1. Field of the Invention
The present invention relates to a heat-dissipating device, and in particular to a method for manufacturing a heat dissipator having heat pipes and a product of the same.
2. Description of Prior Art
The electronic products of modern technical industries are made more and more precise, and thus the volume thereof is miniaturized. In addition, the heat generated by these electronic products also increases to a large extent. Since excessive heat may affect the working performance and the lifetime of the electronic product directly, additional heat-dissipating devices are needed in order to allow the electronic product to operate normally in an acceptable range of working temperature, thereby reducing the adverse influence of the heat on the operation of the electronic product.
Owing to the tendency to pursue a small-sized and light construction, the heat-dissipating device that is most often used is a heat dissipator having heat pipes. The heat dissipator is made of materials having high coefficient of heat conductivity. With the operation of a working fluid and a capillary structure provided within the heat pipe, the heat dissipator has a property of high heat conductivity and also has an advantage of light weight, thereby reducing the problems such as the noise, weight and cost generated by the heat-dissipating device and the complexity of the system. Therefore, it is possible to transmit a large amount of heat source without consuming electricity, and thus the heat dissipator having heat pipes has become one of the popular heat-dissipating assemblies.

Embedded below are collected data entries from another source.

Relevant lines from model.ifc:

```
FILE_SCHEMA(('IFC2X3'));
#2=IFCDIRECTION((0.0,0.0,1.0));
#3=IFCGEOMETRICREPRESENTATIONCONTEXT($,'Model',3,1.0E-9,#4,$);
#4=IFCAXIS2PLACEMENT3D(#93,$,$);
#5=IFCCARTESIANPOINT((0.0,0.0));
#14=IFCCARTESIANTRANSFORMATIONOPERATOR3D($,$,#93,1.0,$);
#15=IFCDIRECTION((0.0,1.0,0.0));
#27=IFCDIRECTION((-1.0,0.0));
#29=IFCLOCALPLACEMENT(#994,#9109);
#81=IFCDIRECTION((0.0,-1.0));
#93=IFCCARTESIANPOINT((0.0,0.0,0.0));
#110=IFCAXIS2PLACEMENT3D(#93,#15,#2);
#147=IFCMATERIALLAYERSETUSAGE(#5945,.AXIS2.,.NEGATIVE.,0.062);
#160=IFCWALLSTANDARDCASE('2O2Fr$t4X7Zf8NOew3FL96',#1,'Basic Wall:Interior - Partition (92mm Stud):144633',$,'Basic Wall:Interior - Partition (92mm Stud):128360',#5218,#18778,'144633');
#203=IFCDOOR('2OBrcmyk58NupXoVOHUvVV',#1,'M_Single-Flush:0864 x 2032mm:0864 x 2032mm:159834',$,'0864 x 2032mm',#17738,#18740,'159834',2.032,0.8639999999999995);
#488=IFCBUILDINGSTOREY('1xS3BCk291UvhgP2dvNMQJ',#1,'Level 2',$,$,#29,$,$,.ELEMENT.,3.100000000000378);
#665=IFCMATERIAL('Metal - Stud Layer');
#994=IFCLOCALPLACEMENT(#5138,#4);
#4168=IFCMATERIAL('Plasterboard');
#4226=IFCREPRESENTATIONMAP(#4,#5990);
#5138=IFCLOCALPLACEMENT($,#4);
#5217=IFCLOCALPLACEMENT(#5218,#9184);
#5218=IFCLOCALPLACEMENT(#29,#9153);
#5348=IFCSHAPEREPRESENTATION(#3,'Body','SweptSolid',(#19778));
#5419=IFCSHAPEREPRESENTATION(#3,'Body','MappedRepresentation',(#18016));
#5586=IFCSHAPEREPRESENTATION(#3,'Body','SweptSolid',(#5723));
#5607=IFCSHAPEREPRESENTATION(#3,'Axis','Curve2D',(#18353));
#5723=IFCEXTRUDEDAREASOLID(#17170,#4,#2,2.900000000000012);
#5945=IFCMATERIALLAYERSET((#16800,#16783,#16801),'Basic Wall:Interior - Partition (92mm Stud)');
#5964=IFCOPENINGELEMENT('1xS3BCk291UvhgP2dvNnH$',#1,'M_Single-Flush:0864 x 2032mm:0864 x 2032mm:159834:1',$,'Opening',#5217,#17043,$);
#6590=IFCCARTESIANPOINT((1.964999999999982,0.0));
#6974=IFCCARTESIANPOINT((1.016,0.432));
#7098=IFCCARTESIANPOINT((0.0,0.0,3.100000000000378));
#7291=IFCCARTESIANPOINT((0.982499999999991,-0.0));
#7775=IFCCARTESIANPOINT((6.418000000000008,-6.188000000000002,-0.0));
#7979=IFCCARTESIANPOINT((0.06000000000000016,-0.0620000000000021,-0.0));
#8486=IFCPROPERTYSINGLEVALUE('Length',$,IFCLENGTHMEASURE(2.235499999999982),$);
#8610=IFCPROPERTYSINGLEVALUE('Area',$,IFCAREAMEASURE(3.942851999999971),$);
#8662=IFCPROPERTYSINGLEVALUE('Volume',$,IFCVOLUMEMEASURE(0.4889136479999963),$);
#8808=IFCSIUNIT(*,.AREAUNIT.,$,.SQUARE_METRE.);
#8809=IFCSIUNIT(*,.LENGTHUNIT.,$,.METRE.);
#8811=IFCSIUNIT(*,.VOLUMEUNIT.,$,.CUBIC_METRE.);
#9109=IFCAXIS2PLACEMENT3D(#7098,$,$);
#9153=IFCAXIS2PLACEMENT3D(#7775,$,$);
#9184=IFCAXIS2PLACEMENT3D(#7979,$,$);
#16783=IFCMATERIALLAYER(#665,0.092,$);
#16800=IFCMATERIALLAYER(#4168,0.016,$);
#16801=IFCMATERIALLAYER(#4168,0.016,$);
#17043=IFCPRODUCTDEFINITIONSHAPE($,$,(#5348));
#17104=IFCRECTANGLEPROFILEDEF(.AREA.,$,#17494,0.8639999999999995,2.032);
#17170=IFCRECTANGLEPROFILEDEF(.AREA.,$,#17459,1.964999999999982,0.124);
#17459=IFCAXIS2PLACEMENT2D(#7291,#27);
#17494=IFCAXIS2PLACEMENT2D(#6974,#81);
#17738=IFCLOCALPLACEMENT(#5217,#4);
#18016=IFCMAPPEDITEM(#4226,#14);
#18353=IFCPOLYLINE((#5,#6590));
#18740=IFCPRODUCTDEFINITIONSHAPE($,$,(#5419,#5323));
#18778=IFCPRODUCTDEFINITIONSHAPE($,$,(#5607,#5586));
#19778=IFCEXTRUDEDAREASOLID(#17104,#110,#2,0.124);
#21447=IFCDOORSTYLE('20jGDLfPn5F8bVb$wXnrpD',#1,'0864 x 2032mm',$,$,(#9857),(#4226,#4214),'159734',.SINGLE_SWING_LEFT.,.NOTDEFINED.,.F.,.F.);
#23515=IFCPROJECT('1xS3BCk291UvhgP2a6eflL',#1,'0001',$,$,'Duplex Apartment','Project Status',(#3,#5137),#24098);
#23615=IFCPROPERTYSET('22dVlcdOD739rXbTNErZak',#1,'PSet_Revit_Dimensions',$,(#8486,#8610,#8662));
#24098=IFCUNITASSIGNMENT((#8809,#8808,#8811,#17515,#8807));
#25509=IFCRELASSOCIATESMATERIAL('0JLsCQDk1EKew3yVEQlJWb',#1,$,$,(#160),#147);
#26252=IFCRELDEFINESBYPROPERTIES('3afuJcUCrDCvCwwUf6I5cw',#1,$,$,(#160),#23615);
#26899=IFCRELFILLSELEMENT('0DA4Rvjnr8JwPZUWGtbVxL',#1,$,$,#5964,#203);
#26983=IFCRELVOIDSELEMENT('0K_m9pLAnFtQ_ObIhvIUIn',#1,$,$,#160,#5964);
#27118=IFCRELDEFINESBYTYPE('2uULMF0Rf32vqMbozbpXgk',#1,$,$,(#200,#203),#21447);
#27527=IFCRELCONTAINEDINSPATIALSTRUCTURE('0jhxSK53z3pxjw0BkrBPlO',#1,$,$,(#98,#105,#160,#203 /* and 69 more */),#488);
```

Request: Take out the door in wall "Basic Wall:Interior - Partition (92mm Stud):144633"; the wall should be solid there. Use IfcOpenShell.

```python
import ifcopenshell
import ifcopenshell.api.feature
import ifcopenshell.api.pset
import ifcopenshell.api.root
import ifcopenshell.geom
import ifcopenshell.util.element
import ifcopenshell.util.shape
import ifcopenshell.util.unit

model = ifcopenshell.open("model.ifc")
area_scale = ifcopenshell.util.unit.calculate_unit_scale(model, "AREAUNIT")
volume_scale = ifcopenshell.util.unit.calculate_unit_scale(model, "VOLUMEUNIT")
settings = ifcopenshell.geom.settings()


def volume(element):
    """Net volume in cubic metres, openings subtracted."""
    shape = ifcopenshell.geom.create_shape(settings, element)
    return ifcopenshell.util.shape.get_volume(shape.geometry)


door = model.by_guid("2OBrcmyk58NupXoVOHUvVV")
opening = door.FillsVoids[0].RelatingOpeningElement
wall = opening.VoidsElements[0].RelatingBuildingElement
before = volume(wall)

ifcopenshell.api.root.remove_product(model, product=door)
ifcopenshell.api.feature.remove_feature(model, feature=opening)

after = volume(wall)
thickness = 0.124  # wall thickness in metres

# Update the wall's stored quantities.
pset = model.by_id(ifcopenshell.util.element.get_pset(wall, "PSet_Revit_Dimensions", should_inherit=False)["id"])
ifcopenshell.api.pset.edit_pset(model, pset=pset, properties={
    "Area": model.create_entity("IfcAreaMeasure", after / thickness / area_scale),
    "Volume": model.create_entity("IfcVolumeMeasure", after / volume_scale),
})

print(f"wall volume {before:.3f} -> {after:.3f} m3")

model.write("model_rev.ifc")
```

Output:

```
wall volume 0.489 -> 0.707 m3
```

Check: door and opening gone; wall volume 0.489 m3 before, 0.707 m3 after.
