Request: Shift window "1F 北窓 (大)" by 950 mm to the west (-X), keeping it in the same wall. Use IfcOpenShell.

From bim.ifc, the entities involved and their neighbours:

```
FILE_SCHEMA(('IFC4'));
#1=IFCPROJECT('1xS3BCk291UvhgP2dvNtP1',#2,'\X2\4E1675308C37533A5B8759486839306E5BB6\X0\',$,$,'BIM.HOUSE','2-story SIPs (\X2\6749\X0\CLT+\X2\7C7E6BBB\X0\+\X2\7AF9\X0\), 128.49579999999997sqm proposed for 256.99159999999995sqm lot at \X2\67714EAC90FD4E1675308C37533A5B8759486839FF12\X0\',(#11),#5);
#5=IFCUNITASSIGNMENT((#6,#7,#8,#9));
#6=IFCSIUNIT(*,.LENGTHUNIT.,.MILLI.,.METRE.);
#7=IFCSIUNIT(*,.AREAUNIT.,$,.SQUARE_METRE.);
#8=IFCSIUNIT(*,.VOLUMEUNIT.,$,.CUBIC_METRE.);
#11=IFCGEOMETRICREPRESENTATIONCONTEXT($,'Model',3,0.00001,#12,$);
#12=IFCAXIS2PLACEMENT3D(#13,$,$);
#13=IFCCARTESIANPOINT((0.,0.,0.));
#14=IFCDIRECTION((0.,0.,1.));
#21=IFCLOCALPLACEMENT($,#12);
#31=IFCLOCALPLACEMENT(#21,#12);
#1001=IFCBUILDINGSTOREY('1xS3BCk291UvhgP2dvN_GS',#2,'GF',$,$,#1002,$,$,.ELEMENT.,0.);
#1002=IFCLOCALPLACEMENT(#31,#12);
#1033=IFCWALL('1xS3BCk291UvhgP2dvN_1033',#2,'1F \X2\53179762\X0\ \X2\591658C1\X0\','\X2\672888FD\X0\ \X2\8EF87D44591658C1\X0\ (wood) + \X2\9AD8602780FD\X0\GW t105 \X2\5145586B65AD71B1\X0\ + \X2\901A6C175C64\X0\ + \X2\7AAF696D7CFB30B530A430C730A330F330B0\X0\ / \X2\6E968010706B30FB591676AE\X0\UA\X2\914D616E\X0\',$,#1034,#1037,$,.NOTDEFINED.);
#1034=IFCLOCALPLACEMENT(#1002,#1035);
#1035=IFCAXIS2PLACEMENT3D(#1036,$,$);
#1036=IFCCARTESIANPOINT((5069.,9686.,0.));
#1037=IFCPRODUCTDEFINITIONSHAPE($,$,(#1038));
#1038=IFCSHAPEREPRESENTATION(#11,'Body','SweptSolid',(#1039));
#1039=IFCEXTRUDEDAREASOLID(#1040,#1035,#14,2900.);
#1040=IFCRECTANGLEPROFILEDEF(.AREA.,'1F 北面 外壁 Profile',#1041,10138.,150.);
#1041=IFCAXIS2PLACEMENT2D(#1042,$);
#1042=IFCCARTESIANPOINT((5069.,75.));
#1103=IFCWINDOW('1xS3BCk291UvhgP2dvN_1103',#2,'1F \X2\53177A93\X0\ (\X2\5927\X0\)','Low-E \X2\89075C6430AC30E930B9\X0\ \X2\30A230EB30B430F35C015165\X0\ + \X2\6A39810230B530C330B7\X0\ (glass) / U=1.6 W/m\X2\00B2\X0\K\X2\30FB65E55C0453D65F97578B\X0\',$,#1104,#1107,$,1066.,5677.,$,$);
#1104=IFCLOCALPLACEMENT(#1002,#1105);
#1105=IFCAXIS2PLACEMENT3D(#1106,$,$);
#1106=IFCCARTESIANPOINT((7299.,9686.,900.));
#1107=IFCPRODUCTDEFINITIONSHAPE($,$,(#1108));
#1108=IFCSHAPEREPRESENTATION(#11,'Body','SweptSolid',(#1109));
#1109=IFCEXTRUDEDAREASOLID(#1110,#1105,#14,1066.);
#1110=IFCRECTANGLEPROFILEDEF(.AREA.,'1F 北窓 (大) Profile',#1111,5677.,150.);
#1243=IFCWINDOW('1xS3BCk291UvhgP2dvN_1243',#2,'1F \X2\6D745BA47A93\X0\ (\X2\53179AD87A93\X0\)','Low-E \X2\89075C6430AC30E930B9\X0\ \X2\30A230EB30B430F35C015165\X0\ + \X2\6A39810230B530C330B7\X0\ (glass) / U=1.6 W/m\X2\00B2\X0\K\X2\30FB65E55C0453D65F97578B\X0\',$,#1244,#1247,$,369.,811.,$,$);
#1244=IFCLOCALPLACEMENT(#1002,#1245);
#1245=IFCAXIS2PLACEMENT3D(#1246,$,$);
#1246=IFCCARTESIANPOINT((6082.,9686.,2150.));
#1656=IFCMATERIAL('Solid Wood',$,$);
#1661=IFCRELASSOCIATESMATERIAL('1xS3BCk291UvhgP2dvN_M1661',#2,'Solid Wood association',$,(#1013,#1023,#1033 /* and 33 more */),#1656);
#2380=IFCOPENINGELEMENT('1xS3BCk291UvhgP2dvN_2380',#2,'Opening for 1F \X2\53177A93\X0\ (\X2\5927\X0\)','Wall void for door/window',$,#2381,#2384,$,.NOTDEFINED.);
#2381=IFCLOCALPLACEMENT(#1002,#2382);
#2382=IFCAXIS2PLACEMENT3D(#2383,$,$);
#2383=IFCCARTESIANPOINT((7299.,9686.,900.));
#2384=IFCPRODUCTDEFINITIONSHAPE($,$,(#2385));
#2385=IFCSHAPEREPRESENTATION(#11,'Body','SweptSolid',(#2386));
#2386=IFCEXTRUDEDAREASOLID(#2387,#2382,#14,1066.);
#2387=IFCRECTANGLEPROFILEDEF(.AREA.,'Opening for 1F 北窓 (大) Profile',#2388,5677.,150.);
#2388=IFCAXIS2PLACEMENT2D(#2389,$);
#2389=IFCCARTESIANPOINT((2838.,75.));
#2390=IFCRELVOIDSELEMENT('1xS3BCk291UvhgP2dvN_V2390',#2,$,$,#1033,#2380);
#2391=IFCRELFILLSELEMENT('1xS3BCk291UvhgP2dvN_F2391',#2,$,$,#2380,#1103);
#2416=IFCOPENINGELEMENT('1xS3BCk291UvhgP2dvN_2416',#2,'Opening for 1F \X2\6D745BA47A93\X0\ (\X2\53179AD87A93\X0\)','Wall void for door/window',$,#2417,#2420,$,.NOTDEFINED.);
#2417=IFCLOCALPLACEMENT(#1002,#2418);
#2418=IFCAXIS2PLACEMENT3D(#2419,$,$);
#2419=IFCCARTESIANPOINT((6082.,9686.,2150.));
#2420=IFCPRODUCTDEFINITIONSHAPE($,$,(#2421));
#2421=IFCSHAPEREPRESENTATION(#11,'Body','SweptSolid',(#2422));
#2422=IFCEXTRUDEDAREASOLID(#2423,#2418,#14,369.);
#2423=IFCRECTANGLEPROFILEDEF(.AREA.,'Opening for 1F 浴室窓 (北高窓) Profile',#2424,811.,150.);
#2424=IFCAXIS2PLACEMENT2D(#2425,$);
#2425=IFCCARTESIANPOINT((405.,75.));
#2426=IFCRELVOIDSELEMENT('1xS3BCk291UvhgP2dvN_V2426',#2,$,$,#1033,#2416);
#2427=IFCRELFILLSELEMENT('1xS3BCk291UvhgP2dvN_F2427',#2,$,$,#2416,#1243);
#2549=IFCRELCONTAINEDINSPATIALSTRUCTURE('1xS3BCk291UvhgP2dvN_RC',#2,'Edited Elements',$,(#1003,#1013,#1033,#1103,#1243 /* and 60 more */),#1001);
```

```python
import ifcopenshell
import ifcopenshell.api.geometry
import ifcopenshell.util.placement

model = ifcopenshell.open("bim.ifc")

window = model.by_guid("1xS3BCk291UvhgP2dvN_1103")
opening = window.FillsVoids[0].RelatingOpeningElement
wall = opening.VoidsElements[0].RelatingBuildingElement

wall_matrix = ifcopenshell.util.placement.get_local_placement(wall.ObjectPlacement)
shift = wall_matrix[:3, 0] * -950.0
before = ifcopenshell.util.placement.get_local_placement(window.ObjectPlacement)[:3, 3].copy()

# The window is not placed relative to its opening, so move both.
for product in (opening, window):
    matrix = ifcopenshell.util.placement.get_local_placement(product.ObjectPlacement)
    matrix[:3, 3] += shift
    ifcopenshell.api.geometry.edit_object_placement(model, product=product, matrix=matrix, is_si=False)

after = ifcopenshell.util.placement.get_local_placement(window.ObjectPlacement)[:3, 3]
print("window moved by", (after - before).round(3) + 0.0)

model.write("bim_edited.ifc")
```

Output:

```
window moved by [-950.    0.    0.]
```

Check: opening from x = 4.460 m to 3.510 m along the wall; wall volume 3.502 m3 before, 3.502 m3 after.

In prior art, the structure of the heat dissipator having heat pipes includes a heat-conducting base and a plurality of heat pipes. These heat pipes are arranged at intervals on the heat-conducting base. After the heat-conducting base absorbs the heat from a heat-generating element, the heat can be conducted to heat-dissipating bodies connected to the heat pipes via the transaction of the capillary structure and the working fluid within the heat pipes. In this way, the heat-dissipating action can be performed to the heat-generating element.
However, since the amount of heat generated by the heat-generating element has developed to an unanticipated extent, and the heat capacity of the capillary structure and working fluid within single heat pipe is fixed, excessive heat may cause the working fluid within the heat pipe to be vaporized and thus cannot circulate therein, so that the heat conduction of the heat pipe totally fails. Although a plurality of sets of heat pipes are provided on one heat dissipator, the heat absorbed by the heat-conducting base cannot be distributed to each heat pipe uniformly, and thus the problem of vaporizing the working fluid within the heat pipe still exists. Therefore, in view of the above problems, it is necessary to improve the original structure.